Affrontare il tema della “terapia di conversione” – in cui i giovani queer sono essenzialmente spediti nei campi di rieducazione è una scelta complicata per un regista. Sarebbe così facile scivolare  in una spirale di rabbia liberatoria contro questa pratica aberrante, che potrebbe portare una grande azione e violenza sullo schermo, ma poco in termini di sfumature o tensione drammatica. Boy Erased sembra superare questo scoglio perché si presenta come un racconto intimo. La domanda del regista probabilmente è stata cosa mostrare e cosa non mostrare ed Edgerton si muove su questo confine con una certa grazia e sensibilità

Basato sul libro di memorie di Garrard Conley, “Boy Erased” racconta la storia del figlio diciannovenne di un predicatore battista (Crowe). l’amicizia con un suo compagno di classe lo mette in crisi, e soprattutto lo mette di fronte alla scelta di suo padre di sottostare alla terapia o abbandonare definitivamente la propria casa.

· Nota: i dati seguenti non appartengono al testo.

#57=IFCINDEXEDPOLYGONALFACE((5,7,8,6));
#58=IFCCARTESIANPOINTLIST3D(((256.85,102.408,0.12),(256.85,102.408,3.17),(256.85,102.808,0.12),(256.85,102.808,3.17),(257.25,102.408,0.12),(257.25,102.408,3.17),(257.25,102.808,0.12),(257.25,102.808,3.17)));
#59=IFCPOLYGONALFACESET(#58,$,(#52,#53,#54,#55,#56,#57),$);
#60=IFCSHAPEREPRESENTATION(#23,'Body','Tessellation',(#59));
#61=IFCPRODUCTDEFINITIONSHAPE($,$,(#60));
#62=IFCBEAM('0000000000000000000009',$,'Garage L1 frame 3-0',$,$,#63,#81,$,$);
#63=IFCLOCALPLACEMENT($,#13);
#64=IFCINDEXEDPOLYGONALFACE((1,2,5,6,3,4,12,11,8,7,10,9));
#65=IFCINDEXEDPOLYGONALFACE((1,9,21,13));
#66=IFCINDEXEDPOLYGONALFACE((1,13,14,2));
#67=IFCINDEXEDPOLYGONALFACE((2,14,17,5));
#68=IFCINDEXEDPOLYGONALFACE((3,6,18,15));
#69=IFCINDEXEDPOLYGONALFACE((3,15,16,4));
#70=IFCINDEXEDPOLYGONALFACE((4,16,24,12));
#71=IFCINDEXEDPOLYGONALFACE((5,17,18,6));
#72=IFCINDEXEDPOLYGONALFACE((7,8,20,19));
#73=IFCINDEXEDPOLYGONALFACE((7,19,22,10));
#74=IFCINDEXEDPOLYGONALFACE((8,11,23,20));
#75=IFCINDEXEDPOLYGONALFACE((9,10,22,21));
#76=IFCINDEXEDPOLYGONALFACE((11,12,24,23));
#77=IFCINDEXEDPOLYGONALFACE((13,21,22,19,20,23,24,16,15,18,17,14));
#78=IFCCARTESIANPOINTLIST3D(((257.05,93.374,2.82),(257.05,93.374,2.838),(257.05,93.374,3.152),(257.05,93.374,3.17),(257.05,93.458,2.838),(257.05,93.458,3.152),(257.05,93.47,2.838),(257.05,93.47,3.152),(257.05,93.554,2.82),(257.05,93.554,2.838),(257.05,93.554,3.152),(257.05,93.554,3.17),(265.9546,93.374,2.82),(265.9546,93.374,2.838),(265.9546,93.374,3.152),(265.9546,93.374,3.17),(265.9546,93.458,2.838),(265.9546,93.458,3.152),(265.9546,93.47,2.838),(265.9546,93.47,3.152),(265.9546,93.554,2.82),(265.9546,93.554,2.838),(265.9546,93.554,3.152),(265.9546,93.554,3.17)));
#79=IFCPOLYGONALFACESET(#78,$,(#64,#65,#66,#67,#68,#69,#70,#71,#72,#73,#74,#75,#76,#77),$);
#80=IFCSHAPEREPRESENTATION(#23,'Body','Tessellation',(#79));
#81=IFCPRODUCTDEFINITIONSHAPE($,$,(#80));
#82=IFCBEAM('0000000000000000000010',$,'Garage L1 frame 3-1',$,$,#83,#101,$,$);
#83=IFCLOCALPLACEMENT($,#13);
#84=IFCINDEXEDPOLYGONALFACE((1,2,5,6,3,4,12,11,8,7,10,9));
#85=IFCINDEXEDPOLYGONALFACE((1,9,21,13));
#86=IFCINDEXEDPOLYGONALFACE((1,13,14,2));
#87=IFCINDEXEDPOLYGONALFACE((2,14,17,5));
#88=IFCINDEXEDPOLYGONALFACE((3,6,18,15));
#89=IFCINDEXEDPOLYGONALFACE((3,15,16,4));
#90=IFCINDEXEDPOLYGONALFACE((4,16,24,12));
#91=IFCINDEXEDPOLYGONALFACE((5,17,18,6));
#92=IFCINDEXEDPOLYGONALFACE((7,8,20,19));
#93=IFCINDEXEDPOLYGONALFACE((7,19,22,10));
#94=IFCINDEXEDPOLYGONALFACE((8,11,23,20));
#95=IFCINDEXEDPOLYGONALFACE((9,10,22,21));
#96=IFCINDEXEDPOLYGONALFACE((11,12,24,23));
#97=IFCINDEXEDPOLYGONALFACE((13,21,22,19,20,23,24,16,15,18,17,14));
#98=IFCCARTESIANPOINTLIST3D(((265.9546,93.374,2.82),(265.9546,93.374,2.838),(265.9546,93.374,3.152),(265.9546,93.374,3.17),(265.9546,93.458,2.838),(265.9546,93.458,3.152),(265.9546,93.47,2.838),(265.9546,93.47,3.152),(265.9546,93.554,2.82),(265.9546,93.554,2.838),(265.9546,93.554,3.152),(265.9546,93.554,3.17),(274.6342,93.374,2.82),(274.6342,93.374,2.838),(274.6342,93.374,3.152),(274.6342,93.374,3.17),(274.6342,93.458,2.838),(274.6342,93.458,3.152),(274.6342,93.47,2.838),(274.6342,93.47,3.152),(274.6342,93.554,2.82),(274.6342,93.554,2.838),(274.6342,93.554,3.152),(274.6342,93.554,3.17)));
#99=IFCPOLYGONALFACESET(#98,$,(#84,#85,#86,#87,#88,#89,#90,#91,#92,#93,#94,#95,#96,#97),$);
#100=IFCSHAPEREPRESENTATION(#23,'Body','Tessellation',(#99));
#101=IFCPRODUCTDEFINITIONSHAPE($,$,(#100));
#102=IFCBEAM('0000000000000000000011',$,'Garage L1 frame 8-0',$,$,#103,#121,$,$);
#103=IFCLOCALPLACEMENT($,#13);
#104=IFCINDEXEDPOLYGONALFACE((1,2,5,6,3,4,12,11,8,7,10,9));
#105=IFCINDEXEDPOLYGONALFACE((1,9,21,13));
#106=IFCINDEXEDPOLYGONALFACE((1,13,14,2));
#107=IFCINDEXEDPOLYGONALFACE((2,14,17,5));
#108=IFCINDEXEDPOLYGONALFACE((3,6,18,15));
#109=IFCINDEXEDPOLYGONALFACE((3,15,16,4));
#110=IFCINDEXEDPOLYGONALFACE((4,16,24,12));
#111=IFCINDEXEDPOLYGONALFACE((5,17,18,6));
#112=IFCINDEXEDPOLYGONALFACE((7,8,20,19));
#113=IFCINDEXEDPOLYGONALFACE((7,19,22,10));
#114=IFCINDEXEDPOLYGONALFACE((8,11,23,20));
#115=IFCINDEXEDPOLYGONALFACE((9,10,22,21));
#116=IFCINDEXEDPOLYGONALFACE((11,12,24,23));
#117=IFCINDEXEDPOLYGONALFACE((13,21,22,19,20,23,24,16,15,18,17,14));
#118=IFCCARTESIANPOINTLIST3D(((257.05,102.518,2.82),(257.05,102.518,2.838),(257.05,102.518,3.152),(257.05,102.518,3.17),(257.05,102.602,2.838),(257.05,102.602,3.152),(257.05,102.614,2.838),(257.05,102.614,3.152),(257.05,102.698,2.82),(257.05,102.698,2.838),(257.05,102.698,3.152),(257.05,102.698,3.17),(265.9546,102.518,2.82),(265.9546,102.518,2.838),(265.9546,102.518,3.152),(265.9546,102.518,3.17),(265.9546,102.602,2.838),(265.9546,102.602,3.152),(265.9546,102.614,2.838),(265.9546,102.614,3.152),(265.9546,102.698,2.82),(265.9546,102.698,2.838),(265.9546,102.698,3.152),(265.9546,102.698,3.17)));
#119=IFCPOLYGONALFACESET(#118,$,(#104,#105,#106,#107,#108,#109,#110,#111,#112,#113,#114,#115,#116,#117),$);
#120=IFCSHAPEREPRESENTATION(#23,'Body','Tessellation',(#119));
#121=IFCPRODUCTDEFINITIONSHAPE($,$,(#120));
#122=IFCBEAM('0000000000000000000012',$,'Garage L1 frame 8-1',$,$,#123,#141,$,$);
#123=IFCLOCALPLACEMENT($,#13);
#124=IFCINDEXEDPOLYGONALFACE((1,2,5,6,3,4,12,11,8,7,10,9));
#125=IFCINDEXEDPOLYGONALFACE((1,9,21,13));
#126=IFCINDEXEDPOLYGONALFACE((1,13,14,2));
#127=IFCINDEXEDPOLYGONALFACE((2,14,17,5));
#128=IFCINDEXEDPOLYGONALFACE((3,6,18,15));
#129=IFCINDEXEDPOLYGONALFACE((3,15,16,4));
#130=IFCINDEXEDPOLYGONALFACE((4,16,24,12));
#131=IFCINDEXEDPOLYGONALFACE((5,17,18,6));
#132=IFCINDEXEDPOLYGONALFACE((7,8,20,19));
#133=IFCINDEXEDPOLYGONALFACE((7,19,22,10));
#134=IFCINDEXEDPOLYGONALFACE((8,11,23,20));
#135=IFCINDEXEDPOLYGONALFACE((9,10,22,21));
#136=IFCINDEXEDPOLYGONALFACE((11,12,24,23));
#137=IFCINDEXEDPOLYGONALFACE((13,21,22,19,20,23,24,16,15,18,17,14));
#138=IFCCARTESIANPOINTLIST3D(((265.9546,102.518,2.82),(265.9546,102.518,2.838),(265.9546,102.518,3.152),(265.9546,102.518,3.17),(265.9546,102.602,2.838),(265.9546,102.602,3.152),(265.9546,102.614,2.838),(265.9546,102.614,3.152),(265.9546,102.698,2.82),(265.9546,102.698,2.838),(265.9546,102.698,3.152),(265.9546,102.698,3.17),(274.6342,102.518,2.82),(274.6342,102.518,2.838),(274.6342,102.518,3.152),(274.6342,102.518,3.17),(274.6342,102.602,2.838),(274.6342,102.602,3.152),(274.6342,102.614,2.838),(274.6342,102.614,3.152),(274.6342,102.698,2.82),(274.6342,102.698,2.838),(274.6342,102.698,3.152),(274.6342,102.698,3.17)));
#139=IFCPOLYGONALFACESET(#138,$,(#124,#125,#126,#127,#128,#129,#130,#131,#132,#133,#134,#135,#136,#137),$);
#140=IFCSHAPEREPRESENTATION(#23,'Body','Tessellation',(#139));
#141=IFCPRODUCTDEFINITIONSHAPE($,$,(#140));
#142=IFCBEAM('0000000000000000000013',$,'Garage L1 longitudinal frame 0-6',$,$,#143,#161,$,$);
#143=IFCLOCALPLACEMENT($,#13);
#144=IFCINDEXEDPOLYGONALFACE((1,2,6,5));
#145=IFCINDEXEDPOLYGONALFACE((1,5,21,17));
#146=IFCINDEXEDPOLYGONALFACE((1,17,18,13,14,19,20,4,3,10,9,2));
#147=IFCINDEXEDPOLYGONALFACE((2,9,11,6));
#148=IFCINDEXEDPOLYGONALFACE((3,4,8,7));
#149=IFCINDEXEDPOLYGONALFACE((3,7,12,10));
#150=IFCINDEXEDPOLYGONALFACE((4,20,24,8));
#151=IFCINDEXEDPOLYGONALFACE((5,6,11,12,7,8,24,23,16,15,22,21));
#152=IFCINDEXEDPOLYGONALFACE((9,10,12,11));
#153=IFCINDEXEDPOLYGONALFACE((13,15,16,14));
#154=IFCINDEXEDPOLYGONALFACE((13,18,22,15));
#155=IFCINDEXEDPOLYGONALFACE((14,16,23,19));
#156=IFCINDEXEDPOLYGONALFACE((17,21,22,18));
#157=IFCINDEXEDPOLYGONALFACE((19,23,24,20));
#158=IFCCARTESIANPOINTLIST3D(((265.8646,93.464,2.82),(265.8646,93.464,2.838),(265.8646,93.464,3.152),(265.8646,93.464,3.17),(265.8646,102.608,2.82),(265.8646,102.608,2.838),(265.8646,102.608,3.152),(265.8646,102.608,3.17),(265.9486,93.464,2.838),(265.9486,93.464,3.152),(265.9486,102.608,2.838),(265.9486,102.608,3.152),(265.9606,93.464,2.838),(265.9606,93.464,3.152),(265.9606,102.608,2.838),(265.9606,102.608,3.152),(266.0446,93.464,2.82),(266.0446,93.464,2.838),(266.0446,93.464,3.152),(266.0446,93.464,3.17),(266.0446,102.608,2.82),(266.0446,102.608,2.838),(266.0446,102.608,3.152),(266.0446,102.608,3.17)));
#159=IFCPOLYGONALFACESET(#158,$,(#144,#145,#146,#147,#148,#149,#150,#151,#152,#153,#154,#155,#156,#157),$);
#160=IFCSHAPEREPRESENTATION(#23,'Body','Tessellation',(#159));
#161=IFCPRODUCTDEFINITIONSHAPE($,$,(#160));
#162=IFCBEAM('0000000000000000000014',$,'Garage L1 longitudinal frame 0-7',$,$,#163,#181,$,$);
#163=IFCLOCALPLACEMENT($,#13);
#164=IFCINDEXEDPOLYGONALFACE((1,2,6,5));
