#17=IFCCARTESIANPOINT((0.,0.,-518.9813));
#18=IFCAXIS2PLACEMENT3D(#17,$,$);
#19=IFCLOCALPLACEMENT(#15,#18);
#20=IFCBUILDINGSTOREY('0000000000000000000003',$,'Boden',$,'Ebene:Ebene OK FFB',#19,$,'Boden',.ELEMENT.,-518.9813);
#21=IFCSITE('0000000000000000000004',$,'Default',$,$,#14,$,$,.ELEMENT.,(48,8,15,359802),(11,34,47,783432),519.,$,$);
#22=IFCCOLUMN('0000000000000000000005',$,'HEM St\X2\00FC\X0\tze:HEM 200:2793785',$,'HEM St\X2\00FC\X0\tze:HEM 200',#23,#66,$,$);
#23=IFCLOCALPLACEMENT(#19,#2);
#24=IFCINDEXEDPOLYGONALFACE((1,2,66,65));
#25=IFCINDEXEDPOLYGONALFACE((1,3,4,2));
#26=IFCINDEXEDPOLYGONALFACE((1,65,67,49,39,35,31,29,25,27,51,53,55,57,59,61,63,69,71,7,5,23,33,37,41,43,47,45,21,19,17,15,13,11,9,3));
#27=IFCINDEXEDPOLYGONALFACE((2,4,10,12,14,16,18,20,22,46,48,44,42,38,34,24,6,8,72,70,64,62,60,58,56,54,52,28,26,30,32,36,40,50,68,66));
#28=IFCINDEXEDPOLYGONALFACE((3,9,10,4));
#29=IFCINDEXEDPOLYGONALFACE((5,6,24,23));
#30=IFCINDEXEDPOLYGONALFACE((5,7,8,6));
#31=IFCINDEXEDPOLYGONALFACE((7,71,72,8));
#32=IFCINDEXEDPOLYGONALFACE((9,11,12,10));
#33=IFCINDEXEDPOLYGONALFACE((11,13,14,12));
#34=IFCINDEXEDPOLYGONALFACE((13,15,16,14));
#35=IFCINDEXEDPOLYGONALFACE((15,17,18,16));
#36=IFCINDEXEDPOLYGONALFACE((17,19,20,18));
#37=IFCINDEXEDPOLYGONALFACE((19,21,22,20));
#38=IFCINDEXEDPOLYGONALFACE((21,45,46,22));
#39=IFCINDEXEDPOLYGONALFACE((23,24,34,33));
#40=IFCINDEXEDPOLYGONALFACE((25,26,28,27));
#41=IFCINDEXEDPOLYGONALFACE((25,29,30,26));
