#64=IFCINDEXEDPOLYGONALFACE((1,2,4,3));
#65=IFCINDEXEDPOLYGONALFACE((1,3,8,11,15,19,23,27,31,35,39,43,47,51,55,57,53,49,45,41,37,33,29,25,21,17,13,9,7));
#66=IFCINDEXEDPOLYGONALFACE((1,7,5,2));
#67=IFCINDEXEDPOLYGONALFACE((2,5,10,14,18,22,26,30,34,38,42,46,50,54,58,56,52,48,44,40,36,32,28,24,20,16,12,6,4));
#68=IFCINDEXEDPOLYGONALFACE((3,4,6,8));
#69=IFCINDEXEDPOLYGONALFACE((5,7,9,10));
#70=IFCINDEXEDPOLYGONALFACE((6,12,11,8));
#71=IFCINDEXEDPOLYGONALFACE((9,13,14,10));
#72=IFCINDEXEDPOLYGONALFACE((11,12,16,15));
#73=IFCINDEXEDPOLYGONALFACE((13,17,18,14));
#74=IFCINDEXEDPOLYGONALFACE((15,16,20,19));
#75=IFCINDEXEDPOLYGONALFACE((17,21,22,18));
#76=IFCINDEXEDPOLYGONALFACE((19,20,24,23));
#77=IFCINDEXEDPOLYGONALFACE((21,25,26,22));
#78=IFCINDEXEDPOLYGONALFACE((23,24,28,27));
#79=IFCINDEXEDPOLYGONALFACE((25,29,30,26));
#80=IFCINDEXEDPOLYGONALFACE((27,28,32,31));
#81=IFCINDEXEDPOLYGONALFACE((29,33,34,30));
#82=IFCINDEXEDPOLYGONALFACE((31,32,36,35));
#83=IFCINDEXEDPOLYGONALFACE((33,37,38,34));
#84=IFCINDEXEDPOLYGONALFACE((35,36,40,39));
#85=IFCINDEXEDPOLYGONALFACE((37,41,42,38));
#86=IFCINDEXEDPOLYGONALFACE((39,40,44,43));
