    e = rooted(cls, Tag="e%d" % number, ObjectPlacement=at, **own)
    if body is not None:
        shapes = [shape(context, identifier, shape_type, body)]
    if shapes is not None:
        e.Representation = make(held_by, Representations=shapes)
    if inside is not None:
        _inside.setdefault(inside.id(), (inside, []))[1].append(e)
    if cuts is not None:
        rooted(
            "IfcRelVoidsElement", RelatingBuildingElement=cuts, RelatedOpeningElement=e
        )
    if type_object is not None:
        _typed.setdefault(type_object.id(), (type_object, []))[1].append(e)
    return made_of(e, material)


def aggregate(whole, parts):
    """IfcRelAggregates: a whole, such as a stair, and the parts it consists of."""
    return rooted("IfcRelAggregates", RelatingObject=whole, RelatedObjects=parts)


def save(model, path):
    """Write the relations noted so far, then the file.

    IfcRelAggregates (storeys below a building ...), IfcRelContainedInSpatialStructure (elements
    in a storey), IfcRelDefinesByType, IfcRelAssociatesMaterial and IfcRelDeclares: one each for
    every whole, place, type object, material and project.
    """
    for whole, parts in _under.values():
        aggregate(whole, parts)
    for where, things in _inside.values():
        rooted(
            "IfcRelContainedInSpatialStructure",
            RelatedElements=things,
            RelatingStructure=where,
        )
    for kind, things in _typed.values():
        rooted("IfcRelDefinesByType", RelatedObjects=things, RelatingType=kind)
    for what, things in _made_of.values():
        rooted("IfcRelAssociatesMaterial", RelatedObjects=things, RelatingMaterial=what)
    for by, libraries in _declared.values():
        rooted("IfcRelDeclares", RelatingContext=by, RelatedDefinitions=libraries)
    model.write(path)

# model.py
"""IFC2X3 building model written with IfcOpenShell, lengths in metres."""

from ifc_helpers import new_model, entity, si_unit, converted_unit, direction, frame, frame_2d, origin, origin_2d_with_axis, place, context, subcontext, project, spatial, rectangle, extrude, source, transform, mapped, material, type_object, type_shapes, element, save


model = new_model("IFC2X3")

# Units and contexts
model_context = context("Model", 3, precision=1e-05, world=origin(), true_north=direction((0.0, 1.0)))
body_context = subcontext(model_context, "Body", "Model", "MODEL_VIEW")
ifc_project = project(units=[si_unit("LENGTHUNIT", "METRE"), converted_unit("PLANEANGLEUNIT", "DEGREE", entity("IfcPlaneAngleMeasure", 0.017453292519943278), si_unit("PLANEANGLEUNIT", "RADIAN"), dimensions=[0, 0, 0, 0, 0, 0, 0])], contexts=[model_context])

La storia si dipana sul postulato fondamentale che essere gay è sbagliato agli occhi di Dio e che il presunto creatore mette alla prova i genitori di questi ragazzi per impegnarsi a riparare l’errore

Nel film Garrard è Jared e viene interpretato splendidamente da Lucas Hedges. Jared in principio è combattuto, crede alla priopria famiglia  e accetta la terapia di conversione, credendo di poter cambiare.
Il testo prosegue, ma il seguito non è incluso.